Publisher's Notebook 
3.18.2008
Eight days, seven broken records
Beginning on March 6, the price of crude oil has broken its own record seven out of eight days, reaching a high of $110.05 per barrel the morning of March 13. The price is changing momentarily upward on the TV screeen.
Between Jan. 4, 2007, and March 13, 2008, the price of crude oil increased by nearly 120 percent with no end in sight.
Predictions are floating around that the price may go to $200 per barrel by year’s end.
Gasoline prices nationally are averaging $3.25 per gallon, with Energy Information Administration predictions of $3.50 per gallon by spring.
Interestingly, the general public seems little concerned.
And still the greatest threat to the U.S. economy and the very survival of the nation apparently goes unnoticed. It is the fact that the United States has now reached a level of 75 percent importation of America’s vital petroleum requirements.
The United States consumes some 20 million-plus barrels of oil per day. It provides less than 5 million barrels of that need from its own resources. Fifteen million-plus barrels have to be imported, creating an additional imbalance of some $547 billion in the U.S. balance of payments.
OPEC the 13 oil-producing export countries with the help of the geopolitical unrest in the world, controls the price of oil today. The market forces of supply and demand have been cast aside. Political help here at home is non-existent.

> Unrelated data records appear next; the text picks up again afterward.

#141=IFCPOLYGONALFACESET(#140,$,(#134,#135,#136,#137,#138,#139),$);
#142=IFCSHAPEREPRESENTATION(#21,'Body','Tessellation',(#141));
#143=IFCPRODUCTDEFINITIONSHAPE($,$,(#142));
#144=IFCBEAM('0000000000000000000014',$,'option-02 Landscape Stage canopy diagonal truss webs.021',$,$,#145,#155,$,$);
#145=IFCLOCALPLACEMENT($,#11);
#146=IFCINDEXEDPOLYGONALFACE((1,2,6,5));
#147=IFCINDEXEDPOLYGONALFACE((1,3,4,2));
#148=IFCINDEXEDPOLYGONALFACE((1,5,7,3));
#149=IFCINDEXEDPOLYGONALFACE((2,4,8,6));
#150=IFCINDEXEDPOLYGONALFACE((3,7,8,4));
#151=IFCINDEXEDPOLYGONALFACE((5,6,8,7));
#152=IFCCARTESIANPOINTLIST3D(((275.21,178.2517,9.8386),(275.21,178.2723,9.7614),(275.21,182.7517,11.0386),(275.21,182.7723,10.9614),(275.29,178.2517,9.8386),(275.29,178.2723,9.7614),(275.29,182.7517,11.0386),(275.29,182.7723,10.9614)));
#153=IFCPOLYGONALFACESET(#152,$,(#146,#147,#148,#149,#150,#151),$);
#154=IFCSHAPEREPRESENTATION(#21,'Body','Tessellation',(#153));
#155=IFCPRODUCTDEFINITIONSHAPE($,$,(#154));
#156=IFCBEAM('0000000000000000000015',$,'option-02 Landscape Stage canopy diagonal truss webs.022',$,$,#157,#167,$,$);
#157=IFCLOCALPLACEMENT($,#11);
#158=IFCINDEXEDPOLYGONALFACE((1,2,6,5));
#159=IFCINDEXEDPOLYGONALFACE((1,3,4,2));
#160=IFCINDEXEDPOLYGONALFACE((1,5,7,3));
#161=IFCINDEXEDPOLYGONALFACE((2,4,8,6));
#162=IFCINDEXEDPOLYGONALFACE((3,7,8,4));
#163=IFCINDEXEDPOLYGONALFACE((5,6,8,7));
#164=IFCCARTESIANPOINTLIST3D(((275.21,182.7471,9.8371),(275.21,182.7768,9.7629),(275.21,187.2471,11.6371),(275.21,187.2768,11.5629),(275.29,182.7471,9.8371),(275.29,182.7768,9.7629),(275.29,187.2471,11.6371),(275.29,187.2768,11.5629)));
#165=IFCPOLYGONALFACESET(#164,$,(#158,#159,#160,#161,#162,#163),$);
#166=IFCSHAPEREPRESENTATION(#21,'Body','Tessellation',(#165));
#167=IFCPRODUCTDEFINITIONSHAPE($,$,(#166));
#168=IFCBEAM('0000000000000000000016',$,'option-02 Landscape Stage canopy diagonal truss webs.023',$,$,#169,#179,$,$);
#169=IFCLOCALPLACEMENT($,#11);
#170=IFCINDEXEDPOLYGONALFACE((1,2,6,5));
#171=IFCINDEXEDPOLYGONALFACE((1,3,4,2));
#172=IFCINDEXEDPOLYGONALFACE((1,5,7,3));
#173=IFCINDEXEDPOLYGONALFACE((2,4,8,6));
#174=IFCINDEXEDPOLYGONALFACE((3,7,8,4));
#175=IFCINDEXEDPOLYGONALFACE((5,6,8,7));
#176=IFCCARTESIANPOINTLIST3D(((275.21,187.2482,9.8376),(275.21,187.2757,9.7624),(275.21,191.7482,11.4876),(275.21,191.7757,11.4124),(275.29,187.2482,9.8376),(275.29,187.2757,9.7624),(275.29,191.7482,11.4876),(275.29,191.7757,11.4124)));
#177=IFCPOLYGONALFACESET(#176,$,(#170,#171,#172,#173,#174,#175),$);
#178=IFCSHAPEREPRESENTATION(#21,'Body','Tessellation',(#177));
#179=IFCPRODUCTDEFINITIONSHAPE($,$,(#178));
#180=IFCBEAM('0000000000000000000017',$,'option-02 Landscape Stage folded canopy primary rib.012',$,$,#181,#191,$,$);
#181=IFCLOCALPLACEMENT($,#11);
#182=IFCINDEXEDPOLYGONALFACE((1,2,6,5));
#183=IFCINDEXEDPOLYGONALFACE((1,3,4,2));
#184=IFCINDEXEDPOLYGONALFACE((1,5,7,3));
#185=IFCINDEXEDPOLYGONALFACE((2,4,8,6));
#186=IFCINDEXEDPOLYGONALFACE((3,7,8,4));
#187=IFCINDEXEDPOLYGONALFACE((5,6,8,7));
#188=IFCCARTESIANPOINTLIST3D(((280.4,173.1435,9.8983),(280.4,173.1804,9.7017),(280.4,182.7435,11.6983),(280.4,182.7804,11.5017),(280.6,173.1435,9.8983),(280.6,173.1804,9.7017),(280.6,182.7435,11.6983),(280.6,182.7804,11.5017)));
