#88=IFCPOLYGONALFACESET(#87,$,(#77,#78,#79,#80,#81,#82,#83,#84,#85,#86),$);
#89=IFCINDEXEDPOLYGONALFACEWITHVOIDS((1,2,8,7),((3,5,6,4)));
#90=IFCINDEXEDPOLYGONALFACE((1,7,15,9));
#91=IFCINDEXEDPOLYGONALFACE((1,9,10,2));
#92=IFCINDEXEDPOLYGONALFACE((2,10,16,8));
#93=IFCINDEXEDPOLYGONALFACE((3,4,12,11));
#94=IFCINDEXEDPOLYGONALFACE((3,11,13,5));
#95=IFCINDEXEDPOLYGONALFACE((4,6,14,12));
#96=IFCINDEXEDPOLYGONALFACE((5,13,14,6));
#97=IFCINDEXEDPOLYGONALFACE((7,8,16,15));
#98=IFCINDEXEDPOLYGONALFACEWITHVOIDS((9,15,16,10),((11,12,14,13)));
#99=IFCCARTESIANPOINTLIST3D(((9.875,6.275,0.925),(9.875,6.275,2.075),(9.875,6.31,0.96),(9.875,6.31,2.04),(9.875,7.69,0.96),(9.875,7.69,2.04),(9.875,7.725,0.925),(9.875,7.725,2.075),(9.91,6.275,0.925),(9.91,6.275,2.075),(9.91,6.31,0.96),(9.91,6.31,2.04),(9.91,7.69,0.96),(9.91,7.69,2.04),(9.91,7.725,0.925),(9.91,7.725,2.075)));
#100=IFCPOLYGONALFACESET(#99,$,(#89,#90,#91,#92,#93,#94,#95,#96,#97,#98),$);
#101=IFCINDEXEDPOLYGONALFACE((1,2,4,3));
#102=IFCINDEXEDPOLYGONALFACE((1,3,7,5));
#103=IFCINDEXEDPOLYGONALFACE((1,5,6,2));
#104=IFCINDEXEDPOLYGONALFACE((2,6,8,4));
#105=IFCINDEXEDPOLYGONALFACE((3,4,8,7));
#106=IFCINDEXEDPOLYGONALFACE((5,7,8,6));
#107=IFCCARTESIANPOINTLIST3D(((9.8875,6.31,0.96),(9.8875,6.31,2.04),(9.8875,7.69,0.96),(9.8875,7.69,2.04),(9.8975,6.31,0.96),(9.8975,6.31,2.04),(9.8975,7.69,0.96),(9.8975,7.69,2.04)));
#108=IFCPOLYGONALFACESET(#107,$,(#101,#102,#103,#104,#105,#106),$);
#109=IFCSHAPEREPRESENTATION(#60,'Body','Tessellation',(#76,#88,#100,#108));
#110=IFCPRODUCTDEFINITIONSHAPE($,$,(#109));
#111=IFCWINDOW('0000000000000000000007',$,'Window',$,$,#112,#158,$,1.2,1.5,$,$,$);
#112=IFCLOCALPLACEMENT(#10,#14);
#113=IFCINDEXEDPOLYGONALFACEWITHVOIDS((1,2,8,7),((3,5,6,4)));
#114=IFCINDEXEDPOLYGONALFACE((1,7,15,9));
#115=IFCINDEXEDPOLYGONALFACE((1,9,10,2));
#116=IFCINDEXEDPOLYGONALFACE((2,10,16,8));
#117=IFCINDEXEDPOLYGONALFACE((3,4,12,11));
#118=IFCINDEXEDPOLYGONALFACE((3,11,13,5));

The President and the Congress remain silent on the issue. In this election year, both political parties are avoiding discussion of energy independence policies themselves.
While both candidates of the Democratic Party slide back and forth between demagoguery and self-obsession, the Republican party has already selected a candidate who busies himself working through a minefield of challenges to prove his conservative identity.

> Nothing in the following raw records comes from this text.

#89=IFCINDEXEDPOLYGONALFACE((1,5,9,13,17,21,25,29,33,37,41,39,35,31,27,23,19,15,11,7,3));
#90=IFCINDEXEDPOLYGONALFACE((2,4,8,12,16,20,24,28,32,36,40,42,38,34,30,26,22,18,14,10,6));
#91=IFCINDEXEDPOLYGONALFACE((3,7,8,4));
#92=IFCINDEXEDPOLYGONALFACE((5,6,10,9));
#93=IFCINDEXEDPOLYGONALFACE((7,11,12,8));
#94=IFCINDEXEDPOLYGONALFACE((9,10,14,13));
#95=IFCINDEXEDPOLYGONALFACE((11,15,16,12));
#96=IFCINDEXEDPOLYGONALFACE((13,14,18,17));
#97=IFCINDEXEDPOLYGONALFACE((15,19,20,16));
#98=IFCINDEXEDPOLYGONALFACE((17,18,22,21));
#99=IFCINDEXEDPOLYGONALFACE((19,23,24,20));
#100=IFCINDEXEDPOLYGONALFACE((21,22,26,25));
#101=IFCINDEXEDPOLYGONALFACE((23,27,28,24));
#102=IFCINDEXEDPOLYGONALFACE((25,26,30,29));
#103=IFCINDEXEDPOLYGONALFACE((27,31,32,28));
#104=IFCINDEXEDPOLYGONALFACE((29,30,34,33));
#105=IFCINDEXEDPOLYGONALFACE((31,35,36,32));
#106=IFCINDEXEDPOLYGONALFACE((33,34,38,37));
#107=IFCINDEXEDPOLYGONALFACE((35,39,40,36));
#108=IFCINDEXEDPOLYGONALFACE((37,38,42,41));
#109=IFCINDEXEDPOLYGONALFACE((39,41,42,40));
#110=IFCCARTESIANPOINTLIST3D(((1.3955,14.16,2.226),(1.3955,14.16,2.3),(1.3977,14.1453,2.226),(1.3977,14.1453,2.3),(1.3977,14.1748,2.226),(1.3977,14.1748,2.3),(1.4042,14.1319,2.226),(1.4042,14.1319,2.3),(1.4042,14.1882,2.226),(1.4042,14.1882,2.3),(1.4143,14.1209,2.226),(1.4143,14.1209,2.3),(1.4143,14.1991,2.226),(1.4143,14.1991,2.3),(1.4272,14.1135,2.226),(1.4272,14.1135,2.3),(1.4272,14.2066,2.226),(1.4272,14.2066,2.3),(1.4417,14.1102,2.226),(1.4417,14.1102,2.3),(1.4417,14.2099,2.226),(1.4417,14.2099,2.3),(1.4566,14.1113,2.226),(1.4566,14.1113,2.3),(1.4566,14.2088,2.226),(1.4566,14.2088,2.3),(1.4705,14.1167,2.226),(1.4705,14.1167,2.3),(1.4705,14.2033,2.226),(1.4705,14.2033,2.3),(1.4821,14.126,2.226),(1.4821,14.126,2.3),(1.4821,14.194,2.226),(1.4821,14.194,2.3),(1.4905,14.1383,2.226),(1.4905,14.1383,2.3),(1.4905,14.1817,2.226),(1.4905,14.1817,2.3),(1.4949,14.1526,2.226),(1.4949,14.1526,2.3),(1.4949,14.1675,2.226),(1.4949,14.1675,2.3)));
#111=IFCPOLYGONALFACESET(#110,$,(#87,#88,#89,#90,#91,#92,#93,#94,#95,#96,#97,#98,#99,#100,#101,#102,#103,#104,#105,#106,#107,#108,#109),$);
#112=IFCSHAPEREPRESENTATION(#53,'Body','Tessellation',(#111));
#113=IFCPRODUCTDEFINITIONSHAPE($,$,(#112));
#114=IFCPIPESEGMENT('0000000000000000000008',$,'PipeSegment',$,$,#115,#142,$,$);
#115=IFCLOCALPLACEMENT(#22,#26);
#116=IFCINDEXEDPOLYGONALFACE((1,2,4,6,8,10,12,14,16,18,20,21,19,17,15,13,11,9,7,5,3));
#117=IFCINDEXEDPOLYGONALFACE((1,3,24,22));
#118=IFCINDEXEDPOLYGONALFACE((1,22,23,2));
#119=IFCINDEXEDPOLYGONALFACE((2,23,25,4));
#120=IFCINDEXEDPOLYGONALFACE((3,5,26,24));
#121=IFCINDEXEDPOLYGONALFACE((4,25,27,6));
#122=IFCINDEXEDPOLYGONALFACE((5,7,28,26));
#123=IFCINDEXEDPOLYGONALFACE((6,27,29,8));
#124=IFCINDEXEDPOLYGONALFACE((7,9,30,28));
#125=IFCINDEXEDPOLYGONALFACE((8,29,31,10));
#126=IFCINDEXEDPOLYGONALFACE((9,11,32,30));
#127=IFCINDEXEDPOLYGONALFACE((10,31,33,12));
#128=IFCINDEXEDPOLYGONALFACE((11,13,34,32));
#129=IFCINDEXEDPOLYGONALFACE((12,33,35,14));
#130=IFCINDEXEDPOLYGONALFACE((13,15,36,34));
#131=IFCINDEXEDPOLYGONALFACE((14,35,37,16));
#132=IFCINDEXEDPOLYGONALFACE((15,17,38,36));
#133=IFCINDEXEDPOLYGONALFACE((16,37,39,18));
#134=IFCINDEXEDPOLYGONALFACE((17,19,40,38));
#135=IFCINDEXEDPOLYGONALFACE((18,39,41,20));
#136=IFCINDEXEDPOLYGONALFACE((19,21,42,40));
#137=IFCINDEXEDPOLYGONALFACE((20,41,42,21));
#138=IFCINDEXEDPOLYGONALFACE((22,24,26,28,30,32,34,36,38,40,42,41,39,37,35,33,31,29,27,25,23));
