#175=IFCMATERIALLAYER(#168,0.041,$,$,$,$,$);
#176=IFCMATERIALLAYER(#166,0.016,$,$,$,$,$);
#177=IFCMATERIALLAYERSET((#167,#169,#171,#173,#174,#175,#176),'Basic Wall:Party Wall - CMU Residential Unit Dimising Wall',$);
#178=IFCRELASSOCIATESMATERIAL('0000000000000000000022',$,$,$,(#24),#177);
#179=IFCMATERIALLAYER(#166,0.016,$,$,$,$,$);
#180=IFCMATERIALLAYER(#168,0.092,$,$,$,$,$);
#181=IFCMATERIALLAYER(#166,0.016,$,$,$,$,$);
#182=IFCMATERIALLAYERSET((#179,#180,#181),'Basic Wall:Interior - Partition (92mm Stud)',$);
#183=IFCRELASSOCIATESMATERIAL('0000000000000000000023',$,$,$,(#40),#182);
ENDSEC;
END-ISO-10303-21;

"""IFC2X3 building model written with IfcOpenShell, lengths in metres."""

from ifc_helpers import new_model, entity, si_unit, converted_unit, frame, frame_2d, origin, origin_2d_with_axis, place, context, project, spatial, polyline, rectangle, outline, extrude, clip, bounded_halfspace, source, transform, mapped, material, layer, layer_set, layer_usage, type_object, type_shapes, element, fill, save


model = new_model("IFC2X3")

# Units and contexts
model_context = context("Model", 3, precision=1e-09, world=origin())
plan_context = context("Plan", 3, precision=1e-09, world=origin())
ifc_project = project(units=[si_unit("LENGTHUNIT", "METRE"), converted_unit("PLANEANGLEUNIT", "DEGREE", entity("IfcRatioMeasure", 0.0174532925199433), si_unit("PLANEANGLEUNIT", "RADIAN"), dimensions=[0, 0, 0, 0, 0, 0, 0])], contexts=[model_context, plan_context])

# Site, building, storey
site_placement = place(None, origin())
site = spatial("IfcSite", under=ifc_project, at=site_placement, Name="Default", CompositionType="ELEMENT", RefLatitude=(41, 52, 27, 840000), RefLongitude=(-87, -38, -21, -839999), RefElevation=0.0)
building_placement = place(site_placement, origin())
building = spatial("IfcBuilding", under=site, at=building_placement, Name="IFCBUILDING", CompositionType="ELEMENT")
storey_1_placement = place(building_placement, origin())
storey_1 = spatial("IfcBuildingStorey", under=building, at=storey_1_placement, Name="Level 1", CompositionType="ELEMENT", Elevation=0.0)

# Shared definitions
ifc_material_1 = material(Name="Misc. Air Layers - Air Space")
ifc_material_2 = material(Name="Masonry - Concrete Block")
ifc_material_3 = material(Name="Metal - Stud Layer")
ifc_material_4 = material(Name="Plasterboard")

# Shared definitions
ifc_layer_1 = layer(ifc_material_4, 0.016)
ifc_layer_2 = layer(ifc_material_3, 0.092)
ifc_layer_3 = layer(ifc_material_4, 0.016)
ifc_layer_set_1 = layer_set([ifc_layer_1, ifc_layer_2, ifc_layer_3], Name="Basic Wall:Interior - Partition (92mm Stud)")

All this political activity most certainly makes this year a lot more interesting, but it does nothing for America’s energy problem.
Meanwhile, America drifts ever closer to a probable crisis that must be addressed sooner rather than later; the solution to such a critical issue is energy independence.
America’s major energy problem can be solved by one method only.
The solution is at the end of an oil rig drill bit: Drilling in our own reserves in continental North America, particularly in Alaska and offshore on the Atlantic and Pacific coasts, plus the Gulf of Mexico.
Millions of barrels of domestic oil will replace the $100-plus cost per barrel of imported oil.
Several highly promoted national energy bills have been passed in recent years. These energy acts have dealt mainly with fuel efficiency of automobiles extending out to the year 2020 and with biofuels produced from grain.
Remarkably, these energy acts do not provide for any drilling for petroleum.
Major problems are beginning to surface as a result of directing agricultural resources to energy.
Biofuels convert both human and animal food resources into energy in the forms of ethanol and biodiesel.
This diversion of food to energy has disrupted both the food and grain markets to the extent that some grains have more than doubled in price, particularly corn and soybeans.
Pitting energy against food is tantamount to a form of economic cannibalism where energy must win, in as much as the billions in infrastructure for biofuels must be paid off to investors.
Ethanol has yet to prove economical as a fuel in as much as a 50-cent-per-gallon U.S. government subsidy is hidden in the final cost.
While it’s nice to look for ethanol rainbows and biodiesel sugar plums, the vehicular traffic of America operates on petroleum fuels.
Envirocrat naysayers point to the fact that petroleum should be reserved for future generations.
This is nonsense.
The U.S. Geological Society, according to a major U.S. energy producer’s ad in the Wall Street Journal on March 13, “estimates the amount of conventional oil that ultimately will be recovered from the Earth at more than 3 trillion barrels.”
Additionally, “only about one trillion barrels of that oil has been recovered so far.”
There’s plenty left.
It’s time for America to take its share.